(DATASET EXCERPTS)

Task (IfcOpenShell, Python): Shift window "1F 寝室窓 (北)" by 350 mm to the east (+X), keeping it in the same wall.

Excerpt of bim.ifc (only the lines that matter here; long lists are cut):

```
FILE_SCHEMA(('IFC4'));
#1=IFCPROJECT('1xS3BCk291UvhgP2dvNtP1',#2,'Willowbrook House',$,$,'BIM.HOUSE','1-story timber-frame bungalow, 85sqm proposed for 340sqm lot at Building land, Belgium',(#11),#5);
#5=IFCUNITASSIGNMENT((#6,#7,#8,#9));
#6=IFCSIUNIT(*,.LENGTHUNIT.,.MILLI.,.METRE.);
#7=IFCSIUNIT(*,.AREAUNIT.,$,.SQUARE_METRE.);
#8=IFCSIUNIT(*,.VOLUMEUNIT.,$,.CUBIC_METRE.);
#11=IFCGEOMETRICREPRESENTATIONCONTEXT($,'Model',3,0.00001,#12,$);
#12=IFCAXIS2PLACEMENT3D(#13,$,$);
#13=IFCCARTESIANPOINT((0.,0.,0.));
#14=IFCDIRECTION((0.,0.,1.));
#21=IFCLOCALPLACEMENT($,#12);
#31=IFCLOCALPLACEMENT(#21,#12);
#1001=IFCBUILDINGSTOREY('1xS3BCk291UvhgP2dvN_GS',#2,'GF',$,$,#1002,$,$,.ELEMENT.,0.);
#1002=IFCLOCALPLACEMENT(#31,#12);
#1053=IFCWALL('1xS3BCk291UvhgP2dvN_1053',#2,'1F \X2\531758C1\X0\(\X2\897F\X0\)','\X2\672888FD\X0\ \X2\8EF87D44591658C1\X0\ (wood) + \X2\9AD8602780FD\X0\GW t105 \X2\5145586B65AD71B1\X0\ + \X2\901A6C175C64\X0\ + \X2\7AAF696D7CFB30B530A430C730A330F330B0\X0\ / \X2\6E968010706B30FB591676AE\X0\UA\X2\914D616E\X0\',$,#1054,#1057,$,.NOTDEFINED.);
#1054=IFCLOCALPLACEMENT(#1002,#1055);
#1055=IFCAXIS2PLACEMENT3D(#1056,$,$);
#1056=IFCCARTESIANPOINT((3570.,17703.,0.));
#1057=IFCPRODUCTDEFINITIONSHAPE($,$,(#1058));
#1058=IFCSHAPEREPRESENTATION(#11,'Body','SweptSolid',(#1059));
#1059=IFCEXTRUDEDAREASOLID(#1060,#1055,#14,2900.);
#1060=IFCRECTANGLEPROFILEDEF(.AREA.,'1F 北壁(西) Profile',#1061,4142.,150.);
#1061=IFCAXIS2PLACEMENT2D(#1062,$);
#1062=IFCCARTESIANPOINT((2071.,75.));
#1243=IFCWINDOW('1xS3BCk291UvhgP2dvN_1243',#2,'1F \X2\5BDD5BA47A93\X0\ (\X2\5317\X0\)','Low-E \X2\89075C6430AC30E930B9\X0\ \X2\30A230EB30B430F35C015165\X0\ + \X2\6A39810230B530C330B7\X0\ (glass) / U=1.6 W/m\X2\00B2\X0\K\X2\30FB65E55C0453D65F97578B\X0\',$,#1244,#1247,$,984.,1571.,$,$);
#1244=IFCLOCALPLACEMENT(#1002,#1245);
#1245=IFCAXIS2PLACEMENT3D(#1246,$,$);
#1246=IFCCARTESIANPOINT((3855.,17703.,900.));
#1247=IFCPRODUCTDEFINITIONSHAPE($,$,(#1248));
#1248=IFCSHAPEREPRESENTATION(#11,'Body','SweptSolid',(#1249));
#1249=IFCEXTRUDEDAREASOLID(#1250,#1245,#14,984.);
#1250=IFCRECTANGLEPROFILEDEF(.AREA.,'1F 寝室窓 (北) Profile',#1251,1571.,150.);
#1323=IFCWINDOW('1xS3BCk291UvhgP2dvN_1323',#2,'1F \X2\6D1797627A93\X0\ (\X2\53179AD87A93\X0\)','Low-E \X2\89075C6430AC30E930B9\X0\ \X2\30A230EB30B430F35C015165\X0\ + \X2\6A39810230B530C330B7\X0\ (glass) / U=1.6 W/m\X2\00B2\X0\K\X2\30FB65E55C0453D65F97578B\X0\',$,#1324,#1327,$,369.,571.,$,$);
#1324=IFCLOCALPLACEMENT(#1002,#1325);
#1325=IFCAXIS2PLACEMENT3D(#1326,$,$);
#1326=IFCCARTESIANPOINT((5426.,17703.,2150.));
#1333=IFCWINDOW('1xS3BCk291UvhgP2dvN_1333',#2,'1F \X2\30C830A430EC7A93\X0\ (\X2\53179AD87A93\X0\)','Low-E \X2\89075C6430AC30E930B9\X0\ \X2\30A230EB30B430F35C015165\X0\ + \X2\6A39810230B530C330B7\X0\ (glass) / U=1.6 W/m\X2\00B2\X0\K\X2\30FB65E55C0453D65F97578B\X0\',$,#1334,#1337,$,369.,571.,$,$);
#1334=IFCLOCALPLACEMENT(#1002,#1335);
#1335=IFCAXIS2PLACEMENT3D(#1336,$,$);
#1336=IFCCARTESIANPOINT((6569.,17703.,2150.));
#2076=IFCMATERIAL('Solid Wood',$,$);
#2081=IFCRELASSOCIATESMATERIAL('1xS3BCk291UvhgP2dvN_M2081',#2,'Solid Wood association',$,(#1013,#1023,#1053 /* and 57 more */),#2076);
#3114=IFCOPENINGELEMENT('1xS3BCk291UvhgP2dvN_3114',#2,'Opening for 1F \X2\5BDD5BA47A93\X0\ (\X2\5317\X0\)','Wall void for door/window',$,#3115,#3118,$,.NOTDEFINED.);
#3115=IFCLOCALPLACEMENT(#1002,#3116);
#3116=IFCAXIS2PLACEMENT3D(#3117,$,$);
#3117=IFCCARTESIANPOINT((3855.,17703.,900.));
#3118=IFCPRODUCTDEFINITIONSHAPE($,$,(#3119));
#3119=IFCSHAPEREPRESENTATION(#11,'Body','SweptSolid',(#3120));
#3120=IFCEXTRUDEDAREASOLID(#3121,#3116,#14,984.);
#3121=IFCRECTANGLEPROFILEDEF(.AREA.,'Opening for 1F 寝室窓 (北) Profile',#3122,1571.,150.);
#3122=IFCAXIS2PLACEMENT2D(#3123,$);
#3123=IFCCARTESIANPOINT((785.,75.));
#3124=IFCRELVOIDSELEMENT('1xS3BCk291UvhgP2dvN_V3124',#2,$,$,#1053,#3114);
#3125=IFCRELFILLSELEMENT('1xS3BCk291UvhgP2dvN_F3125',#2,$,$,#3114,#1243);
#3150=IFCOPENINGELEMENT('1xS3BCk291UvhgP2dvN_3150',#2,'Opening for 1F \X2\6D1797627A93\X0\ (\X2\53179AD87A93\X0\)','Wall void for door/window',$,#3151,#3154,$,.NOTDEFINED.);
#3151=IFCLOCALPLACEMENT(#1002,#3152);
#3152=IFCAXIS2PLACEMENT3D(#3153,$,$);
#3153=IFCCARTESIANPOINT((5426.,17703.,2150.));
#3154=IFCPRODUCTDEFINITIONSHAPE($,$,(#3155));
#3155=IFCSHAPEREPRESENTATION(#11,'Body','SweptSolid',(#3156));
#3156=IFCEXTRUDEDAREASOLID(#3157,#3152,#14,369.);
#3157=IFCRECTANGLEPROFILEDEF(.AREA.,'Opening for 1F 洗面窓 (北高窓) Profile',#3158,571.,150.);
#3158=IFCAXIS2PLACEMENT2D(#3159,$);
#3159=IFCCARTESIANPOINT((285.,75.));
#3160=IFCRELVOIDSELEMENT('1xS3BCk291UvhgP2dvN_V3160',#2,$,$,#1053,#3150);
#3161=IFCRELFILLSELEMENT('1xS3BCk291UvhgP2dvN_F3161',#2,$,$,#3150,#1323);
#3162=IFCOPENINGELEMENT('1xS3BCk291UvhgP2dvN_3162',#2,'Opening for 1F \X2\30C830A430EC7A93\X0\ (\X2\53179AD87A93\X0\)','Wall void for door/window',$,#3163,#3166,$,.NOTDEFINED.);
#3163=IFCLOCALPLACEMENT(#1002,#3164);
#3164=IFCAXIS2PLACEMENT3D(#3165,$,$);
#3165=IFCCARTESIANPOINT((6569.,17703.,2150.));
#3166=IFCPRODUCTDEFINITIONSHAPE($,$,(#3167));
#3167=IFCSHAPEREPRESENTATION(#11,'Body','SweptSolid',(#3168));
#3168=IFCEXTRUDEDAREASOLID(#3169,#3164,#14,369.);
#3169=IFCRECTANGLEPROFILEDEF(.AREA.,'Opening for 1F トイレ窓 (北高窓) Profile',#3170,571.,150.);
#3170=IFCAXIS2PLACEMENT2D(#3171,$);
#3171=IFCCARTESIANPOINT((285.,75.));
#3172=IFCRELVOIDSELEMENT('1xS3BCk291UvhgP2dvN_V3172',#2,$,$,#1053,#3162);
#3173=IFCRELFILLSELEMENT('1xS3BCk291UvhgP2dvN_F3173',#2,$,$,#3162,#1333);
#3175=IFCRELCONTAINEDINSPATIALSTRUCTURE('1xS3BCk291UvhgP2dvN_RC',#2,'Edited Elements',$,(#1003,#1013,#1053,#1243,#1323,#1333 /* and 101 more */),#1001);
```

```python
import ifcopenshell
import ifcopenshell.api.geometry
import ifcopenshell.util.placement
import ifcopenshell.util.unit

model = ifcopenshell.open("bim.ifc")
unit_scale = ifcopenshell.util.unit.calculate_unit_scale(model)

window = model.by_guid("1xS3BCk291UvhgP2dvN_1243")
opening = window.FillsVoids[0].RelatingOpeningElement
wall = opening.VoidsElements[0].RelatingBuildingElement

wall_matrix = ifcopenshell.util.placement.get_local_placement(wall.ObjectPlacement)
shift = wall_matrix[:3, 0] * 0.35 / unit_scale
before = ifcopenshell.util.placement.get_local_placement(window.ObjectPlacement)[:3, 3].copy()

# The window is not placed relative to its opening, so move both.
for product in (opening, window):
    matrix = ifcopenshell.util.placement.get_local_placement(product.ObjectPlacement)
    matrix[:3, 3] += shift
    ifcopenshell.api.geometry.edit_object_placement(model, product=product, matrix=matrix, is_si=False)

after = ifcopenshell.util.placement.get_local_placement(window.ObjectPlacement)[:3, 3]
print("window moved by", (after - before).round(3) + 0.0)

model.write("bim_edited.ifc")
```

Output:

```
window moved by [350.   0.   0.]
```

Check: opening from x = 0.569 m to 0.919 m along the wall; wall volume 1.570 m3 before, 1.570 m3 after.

(End DATASET EXCERPTS)

Find each line in the records holding the string "more" and show it.

◆ **YOUR SOLUTION**:
#2081=IFCRELASSOCIATESMATERIAL('1xS3BCk291UvhgP2dvN_M2081',#2,'Solid Wood association',$,(#1013,#1023,#1053 /* and 57 more */),#2076);
#3175=IFCRELCONTAINEDINSPATIALSTRUCTURE('1xS3BCk291UvhgP2dvN_RC',#2,'Edited Elements',$,(#1003,#1013,#1053,#1243,#1323,#1333 /* and 101 more */),#1001);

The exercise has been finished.